King of the Kingdom of Wolaita
- Reign: 1252 to 1298

Names
- Kawo Motolomi Sato

Regnal name
- King Motolomi
- Dynasty: Wolaita Malla Dynasty

= Motolomi Sato =

Motolomi Sato or Kawo Motolomi Sato was the founder and one of the most famous kings of the Kingdom of Wolaita. He ruled part of present day Ethiopia in the 12th century under the Damot Kingdom under Wolayta malla dynasty. Kawo Motolomi was an expansionist king of Wolaita. The son of king Sato, he was of the indigenous and heroic Wolaitta-Malla family and his family can still be found in Wolaita. The governmental center of the Wolaita during the Motolami era was at the summit of a gorgeous mountain known as Damota, which ultimately became the name of the kingdom.
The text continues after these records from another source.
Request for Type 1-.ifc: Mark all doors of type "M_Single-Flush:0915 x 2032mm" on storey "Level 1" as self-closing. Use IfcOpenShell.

First a look at what the model holds.

```python
import ifcopenshell
import ifcopenshell.util.element

model = ifcopenshell.open("Type 1-.ifc")
print(model.schema)
storey = next(s for s in model.by_type("IfcBuildingStorey") if s.Name == "Level 1")
doors = [e for e in ifcopenshell.util.element.get_decomposition(storey) if e.is_a("IfcDoor")]
seen = {}
for e in doors:
    element_type = ifcopenshell.util.element.get_type(e)
    key = (element_type.Name if element_type != e and element_type else None, ifcopenshell.util.element.get_pset(e, "Pset_DoorCommon", "SelfClosing"))
    seen[key] = seen.get(key, 0) + 1
for (name, value), count in sorted(seen.items(), key=str):
    print(count, "x", name, "|", value)
```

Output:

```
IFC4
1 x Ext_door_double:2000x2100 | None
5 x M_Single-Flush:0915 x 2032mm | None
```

```python
import ifcopenshell
import ifcopenshell.api.pset
import ifcopenshell.util.element

model = ifcopenshell.open("Type 1-.ifc")

storey = next(s for s in model.by_type("IfcBuildingStorey") if s.Name == "Level 1")
doors = [e for e in ifcopenshell.util.element.get_decomposition(storey) if e.is_a("IfcDoor")]

count = 0
for e in doors:
    element_type = ifcopenshell.util.element.get_type(e)
    if element_type in (None, e) or element_type.Name != "M_Single-Flush:0915 x 2032mm":
        continue
    # add_pset returns the element's existing set when there is one.
    pset = ifcopenshell.api.pset.add_pset(model, product=e, name="Pset_DoorCommon")
    ifcopenshell.api.pset.edit_pset(model, pset=pset, properties={"SelfClosing": True})
    count += 1

print(count, "doors updated")

model.write("Type 1-_updated.ifc")
```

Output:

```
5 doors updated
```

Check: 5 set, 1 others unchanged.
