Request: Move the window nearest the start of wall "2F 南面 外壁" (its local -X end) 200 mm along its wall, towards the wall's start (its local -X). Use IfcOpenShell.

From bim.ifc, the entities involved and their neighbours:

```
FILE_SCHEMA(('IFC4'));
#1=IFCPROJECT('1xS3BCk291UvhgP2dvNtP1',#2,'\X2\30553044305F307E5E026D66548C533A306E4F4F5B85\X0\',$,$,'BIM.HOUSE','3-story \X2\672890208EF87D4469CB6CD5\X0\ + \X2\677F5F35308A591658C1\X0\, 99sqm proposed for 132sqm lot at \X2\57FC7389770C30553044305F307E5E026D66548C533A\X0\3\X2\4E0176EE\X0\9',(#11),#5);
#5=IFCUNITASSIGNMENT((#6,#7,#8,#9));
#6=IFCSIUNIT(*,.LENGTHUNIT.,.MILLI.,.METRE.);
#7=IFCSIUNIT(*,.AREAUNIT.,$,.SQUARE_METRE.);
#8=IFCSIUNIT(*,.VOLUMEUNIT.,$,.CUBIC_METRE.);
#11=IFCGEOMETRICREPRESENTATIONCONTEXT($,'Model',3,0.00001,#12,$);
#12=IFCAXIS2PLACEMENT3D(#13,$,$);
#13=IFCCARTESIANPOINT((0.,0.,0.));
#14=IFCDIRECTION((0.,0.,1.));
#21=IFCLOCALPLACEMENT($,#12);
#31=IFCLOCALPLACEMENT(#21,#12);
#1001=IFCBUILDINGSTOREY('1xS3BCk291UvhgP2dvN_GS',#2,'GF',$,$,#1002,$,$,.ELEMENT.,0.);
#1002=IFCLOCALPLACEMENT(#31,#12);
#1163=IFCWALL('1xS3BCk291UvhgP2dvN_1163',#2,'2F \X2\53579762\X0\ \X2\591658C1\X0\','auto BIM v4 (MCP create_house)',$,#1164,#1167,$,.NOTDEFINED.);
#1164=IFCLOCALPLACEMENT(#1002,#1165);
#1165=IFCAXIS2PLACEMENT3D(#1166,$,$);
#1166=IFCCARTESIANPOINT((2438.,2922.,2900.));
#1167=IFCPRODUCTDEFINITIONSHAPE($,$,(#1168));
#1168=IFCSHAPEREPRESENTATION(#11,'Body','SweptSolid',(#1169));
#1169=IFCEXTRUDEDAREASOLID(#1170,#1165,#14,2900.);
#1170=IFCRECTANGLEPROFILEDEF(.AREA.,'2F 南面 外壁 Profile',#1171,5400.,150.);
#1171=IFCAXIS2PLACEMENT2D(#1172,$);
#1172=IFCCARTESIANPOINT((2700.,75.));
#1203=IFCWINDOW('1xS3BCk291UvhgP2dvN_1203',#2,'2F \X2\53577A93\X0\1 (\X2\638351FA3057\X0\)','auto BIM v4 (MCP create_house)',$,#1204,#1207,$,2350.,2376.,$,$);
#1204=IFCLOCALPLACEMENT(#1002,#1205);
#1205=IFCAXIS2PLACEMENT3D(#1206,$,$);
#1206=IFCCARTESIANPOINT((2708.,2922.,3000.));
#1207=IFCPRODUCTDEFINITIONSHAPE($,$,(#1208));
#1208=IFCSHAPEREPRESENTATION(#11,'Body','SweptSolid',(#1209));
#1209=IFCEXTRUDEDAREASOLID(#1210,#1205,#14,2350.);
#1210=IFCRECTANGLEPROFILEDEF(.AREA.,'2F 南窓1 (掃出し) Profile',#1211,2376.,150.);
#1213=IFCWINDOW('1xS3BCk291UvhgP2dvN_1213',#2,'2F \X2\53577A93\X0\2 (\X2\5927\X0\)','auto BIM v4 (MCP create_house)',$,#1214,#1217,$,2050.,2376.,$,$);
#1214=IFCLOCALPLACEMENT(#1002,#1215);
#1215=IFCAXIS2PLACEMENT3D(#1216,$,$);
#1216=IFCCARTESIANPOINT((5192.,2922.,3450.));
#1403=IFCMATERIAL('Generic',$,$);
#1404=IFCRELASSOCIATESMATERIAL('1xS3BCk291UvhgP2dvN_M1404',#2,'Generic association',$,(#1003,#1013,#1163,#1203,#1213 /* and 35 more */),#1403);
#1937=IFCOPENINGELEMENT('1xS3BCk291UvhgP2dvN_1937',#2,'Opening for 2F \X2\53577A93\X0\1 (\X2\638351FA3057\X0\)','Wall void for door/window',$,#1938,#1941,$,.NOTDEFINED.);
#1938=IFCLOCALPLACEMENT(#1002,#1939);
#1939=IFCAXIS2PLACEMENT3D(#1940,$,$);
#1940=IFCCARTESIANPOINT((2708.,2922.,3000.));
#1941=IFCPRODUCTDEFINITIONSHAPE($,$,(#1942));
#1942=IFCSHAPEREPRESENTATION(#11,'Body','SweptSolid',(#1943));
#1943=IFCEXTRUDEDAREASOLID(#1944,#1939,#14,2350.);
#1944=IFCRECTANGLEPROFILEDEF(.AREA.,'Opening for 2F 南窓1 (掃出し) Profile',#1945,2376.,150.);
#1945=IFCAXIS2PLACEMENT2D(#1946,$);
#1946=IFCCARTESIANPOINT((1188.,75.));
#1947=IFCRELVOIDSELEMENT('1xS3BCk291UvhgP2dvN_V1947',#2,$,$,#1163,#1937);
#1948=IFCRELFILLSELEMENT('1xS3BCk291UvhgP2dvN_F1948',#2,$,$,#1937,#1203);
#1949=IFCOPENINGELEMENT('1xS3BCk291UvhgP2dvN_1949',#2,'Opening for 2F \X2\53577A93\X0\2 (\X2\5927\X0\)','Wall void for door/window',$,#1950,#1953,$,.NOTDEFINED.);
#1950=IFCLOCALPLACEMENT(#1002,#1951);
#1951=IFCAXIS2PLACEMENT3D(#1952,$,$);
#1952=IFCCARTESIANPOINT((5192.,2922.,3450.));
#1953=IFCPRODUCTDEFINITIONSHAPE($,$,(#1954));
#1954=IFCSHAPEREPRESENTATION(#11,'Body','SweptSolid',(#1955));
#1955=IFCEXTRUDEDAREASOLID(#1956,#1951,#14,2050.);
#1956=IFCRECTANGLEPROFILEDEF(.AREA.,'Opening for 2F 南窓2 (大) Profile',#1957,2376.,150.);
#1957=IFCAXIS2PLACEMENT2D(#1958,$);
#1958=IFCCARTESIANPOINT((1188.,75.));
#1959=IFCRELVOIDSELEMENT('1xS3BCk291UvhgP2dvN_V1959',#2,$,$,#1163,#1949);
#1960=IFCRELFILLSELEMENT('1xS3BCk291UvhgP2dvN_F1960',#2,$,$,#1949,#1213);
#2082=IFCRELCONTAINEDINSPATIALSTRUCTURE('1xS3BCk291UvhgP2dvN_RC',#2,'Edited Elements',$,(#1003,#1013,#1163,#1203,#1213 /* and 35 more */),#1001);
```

```python
import ifcopenshell
import ifcopenshell.api.geometry
import ifcopenshell.util.placement

model = ifcopenshell.open("bim.ifc")

window = model.by_guid("1xS3BCk291UvhgP2dvN_1203")
opening = window.FillsVoids[0].RelatingOpeningElement
wall = opening.VoidsElements[0].RelatingBuildingElement

wall_matrix = ifcopenshell.util.placement.get_local_placement(wall.ObjectPlacement)
shift = wall_matrix[:3, 0] * -200.0
before = ifcopenshell.util.placement.get_local_placement(window.ObjectPlacement)[:3, 3].copy()

# The window is not placed relative to its opening, so move both.
for product in (opening, window):
    matrix = ifcopenshell.util.placement.get_local_placement(product.ObjectPlacement)
    matrix[:3, 3] += shift
    ifcopenshell.api.geometry.edit_object_placement(model, product=product, matrix=matrix, is_si=False)

after = ifcopenshell.util.placement.get_local_placement(window.ObjectPlacement)[:3, 3]
print("window moved by", (after - before).round(3) + 0.0)

model.write("bim-out.ifc")
```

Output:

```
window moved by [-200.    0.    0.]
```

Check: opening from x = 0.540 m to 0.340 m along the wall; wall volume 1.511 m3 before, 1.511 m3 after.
The force of cavalry and infantry besieged Kawo Motolomi's palace, known as Xaazza Garuwaa.

==Military power==
King Motolomi was a well-known military leader who possessed trained cavalry and infantry, his army, who camped in several caves around Damota Mountain. Kawo Motolomi’s period was the Golden Age of Wolaita history. The Wolaita was extremely powerful and dominated the whole region by the end of the 13th century.